• _DATA FOR THIS TASK_:
'''

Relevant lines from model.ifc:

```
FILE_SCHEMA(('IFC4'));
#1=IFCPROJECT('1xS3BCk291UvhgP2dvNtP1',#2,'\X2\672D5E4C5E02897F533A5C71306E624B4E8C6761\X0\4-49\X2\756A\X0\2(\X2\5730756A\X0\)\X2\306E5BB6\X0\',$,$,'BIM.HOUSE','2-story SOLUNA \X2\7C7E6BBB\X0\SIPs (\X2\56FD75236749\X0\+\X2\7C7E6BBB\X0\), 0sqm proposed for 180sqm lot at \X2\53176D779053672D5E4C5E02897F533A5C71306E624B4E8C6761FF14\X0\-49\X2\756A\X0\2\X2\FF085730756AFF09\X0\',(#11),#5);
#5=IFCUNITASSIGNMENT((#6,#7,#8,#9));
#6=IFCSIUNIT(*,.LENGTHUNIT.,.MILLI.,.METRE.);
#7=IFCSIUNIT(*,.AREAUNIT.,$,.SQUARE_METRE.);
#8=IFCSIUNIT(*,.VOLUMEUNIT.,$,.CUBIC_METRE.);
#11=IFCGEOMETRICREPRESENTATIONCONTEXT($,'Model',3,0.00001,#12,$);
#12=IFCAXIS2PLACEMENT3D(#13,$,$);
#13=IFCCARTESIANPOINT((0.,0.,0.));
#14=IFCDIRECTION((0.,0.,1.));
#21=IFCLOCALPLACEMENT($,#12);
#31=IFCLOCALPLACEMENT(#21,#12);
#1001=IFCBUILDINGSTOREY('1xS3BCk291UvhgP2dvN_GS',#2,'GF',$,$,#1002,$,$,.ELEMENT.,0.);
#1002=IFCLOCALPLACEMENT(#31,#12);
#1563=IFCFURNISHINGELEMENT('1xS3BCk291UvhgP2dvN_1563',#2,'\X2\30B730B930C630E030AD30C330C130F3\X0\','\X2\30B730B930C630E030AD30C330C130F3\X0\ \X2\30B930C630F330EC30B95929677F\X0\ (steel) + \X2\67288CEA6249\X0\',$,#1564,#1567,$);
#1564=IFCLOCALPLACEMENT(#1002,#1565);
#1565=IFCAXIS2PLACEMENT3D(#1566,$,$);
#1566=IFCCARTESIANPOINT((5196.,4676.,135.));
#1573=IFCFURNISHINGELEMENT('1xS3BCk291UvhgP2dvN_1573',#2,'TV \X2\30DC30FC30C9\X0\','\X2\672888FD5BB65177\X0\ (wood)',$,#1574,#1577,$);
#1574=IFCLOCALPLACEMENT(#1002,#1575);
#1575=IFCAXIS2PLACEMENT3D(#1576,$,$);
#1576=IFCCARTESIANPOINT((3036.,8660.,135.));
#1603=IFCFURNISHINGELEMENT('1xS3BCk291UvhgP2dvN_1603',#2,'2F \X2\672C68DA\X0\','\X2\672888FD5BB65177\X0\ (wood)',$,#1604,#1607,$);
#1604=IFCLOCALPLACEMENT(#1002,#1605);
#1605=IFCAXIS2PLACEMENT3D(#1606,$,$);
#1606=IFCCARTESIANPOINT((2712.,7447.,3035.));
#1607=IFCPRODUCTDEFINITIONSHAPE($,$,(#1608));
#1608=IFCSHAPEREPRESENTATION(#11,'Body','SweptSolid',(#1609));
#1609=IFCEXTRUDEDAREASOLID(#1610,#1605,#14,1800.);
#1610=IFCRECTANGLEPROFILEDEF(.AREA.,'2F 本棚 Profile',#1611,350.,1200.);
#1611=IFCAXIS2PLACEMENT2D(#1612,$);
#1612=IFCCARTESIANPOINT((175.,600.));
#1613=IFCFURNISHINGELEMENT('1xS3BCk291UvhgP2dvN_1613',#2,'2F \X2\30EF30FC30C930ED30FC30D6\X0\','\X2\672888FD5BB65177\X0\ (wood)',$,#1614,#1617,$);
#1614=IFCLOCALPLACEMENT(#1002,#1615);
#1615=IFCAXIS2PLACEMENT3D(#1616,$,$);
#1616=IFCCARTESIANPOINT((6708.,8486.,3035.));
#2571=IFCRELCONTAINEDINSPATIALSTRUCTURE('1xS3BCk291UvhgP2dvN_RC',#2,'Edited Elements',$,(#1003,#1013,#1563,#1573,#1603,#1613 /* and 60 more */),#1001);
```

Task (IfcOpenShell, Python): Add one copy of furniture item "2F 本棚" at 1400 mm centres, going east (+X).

```python
import numpy as np
import ifcopenshell
import ifcopenshell.api.geometry
import ifcopenshell.api.root
import ifcopenshell.util.element
import ifcopenshell.util.placement

model = ifcopenshell.open("model.ifc")


def reuse_history(source, copy):
    """copy_class also copies each property set's owner history, people and application; keep the originals."""
    for rel in copy.IsDefinedBy:
        if rel.is_a("IfcRelDefinesByProperties") and (history := rel.RelatingPropertyDefinition.OwnerHistory):
            rel.RelatingPropertyDefinition.OwnerHistory = source.OwnerHistory
            ifcopenshell.util.element.remove_deep2(model, history)


source = model.by_guid("1xS3BCk291UvhgP2dvN_1603")
base = ifcopenshell.util.placement.get_local_placement(source.ObjectPlacement)
step = np.array([1.0, 0.0, 0.0]) * 1400.0

for i in range(1, 2):
    copy = ifcopenshell.api.root.copy_class(model, product=source)
    copy.Representation = ifcopenshell.util.element.copy_deep(
        model, source.Representation, exclude=["IfcGeometricRepresentationContext", "IfcRepresentationMap"]
    )
    reuse_history(source, copy)
    matrix = base.copy()
    matrix[:3, 3] += i * step
    print("added at", matrix[:3, 3].round(3) + 0.0)
    ifcopenshell.api.geometry.edit_object_placement(model, product=copy, matrix=matrix, is_si=False)

model.write("model_rev.ifc")
```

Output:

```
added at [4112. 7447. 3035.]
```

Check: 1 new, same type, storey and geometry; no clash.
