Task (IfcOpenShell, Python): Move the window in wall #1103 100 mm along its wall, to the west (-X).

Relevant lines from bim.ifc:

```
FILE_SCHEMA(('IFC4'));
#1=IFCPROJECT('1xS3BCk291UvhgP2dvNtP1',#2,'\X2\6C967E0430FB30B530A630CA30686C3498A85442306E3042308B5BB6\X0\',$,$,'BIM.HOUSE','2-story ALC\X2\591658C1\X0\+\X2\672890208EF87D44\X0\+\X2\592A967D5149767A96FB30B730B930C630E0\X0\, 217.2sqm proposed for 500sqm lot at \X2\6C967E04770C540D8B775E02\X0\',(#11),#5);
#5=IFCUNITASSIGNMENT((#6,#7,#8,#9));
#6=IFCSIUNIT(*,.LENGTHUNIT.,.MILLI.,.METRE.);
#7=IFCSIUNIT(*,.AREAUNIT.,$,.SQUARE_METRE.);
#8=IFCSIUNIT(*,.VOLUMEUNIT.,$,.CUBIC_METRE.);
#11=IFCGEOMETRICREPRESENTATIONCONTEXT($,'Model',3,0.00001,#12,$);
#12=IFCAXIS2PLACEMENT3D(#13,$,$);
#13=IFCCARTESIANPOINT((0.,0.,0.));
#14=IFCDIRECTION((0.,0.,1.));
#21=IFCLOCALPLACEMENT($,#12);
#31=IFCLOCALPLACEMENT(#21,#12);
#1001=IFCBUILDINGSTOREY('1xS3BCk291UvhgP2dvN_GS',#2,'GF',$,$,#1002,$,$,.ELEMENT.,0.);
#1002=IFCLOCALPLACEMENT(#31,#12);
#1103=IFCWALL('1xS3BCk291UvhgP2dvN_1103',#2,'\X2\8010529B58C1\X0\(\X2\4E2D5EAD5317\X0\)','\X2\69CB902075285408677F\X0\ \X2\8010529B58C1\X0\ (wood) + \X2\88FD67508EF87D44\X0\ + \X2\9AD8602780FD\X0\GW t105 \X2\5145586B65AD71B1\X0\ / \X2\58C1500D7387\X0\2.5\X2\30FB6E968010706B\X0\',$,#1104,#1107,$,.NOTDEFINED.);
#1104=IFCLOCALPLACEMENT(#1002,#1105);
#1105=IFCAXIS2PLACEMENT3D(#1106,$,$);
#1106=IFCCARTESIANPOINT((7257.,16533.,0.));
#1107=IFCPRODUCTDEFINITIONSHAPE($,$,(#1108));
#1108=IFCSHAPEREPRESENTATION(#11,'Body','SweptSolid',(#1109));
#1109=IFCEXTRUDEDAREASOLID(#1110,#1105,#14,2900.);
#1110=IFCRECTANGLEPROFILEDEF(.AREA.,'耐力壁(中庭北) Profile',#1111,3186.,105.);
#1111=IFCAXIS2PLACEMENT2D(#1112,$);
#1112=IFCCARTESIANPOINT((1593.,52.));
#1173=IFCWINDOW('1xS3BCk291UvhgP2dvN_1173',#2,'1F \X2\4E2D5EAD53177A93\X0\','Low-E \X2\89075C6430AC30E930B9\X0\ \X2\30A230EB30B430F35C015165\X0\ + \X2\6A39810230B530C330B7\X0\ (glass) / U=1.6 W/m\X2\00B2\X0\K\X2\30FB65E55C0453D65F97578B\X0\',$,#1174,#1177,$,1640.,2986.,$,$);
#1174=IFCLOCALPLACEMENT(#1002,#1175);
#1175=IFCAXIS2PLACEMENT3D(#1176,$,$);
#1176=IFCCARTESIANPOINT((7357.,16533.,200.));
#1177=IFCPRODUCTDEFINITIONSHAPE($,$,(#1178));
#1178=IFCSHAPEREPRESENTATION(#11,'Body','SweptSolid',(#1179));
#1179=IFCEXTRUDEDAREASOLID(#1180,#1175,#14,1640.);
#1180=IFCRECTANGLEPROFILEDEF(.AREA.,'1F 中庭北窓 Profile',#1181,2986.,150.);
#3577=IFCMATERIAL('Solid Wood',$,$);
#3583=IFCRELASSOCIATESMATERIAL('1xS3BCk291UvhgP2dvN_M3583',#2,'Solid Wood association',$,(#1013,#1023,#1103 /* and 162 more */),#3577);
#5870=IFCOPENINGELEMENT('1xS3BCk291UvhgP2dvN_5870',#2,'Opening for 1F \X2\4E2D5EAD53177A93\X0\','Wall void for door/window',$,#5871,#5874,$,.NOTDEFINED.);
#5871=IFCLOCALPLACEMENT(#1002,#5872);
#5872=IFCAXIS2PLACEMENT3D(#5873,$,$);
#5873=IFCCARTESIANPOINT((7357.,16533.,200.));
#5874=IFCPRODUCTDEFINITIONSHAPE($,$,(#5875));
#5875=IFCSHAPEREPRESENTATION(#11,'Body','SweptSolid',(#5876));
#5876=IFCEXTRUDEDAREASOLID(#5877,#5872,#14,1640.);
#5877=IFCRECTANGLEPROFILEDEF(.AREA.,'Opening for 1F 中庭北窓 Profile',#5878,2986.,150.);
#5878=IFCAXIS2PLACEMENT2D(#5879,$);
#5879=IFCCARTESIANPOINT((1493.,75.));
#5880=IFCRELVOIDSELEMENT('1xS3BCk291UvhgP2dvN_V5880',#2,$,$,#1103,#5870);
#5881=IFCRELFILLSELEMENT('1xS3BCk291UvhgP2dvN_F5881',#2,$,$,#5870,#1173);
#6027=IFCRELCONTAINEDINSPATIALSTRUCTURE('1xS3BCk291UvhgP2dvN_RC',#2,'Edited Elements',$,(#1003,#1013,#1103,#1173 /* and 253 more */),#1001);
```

```python
import ifcopenshell
import ifcopenshell.api.geometry
import ifcopenshell.util.placement
import ifcopenshell.util.unit

model = ifcopenshell.open("bim.ifc")
unit_scale = ifcopenshell.util.unit.calculate_unit_scale(model)

window = model.by_guid("1xS3BCk291UvhgP2dvN_1173")
opening = window.FillsVoids[0].RelatingOpeningElement
wall = opening.VoidsElements[0].RelatingBuildingElement

wall_matrix = ifcopenshell.util.placement.get_local_placement(wall.ObjectPlacement)
shift = wall_matrix[:3, 0] * -0.1 / unit_scale
before = ifcopenshell.util.placement.get_local_placement(window.ObjectPlacement)[:3, 3].copy()

# The window is not placed relative to its opening, so move both.
for product in (opening, window):
    matrix = ifcopenshell.util.placement.get_local_placement(product.ObjectPlacement)
    matrix[:3, 3] += shift
    ifcopenshell.api.geometry.edit_object_placement(model, product=product, matrix=matrix, is_si=False)

after = ifcopenshell.util.placement.get_local_placement(window.ObjectPlacement)[:3, 3]
print("window moved by", (after - before).round(3) + 0.0)

model.write("bim_rev.ifc")
```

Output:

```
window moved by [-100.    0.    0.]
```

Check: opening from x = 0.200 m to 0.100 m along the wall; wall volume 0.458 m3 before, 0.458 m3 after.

'''

• _PROBLEM TO WORK ON_: Find every line in the listing that has the string "SweptSolid", then give the count by itself.

• _RESPONSE FOR THIS EXERCISE_: 4